In my honest opinion, C++ needs to separate low level concerns from high level
constructs. _How_ variables are captured in lexical closures is a very low-
level concern, but lexical closures are a high-level construct -- by mixing in
such low-level details, the overall utility of closures in C++ is reduced.
This is made even worse by the fact that the programmer must manually maintain
the lexical environment of the closure -- and the new "smart pointers" are
only marginally helpful, not nearly as robust as a modern garbage collector
(which can, oddly enough, _improve_ performance).

C++ could be a really great language if these things were better separated. I
write my code in Lisp, and when I have low-level needs I usually have to write
some C code and use an FFI. It gets the job done but it is _awful_ to debug
and there is a performance hit. C++ is in a much better position: you can
write low-level code, or you can write high-level code, or both, and no
language barriers need to be crossed (reducing costs in various places).
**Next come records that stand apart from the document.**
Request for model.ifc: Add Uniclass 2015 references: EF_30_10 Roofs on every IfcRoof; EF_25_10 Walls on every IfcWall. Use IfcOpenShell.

First a look at what the model holds.

```python
import ifcopenshell

model = ifcopenshell.open("model.ifc")
print(model.schema)
print("classifications:", [c.Name for c in model.by_type("IfcClassification")])
for ifc_class in ("IfcDoor", "IfcRoof", "IfcStair", "IfcWall", "IfcWindow"):
    print(ifc_class, len(model.by_type(ifc_class)))
```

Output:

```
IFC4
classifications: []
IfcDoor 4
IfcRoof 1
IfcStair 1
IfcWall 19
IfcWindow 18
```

```python
import ifcopenshell
import ifcopenshell.api.classification

model = ifcopenshell.open("model.ifc")

system = ifcopenshell.api.classification.add_classification(model, classification="Uniclass 2015")

codes = {
    "IfcRoof": ("EF_30_10", "Roofs"),
    "IfcWall": ("EF_25_10", "Walls"),
}
for ifc_class, (code, name) in codes.items():
    products = model.by_type(ifc_class)
    ifcopenshell.api.classification.add_reference(
        model, products=products, classification=system, identification=code, name=name
    )
    print(code, len(products))

model.write("model_v2.ifc")
```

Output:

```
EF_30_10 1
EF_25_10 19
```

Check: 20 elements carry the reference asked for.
"As for the reason why non-C++ programmers don't like C++, perhaps you are in
a better position to say."

Well, aside from what I mentioned above, I can give you one more: extending
the language. You have a few narrow ways to do it, and then you are just
stuck. Operator overloading is great, but what if you want to add a new
operator? What if you want to change how your type checker works, so that you
can have a dependent type system? There are a few hacks that people can do
with templates, but on the whole adding a new feature basically means
rewriting your compiler (see e.g. what it took to get support for lexical
closures), and C++ compilers are pretty hard to write in the first place. This
is something of a Lisper gripe, though there are a few languages beyond Lisp
that allow programmers to add new syntax or semantics.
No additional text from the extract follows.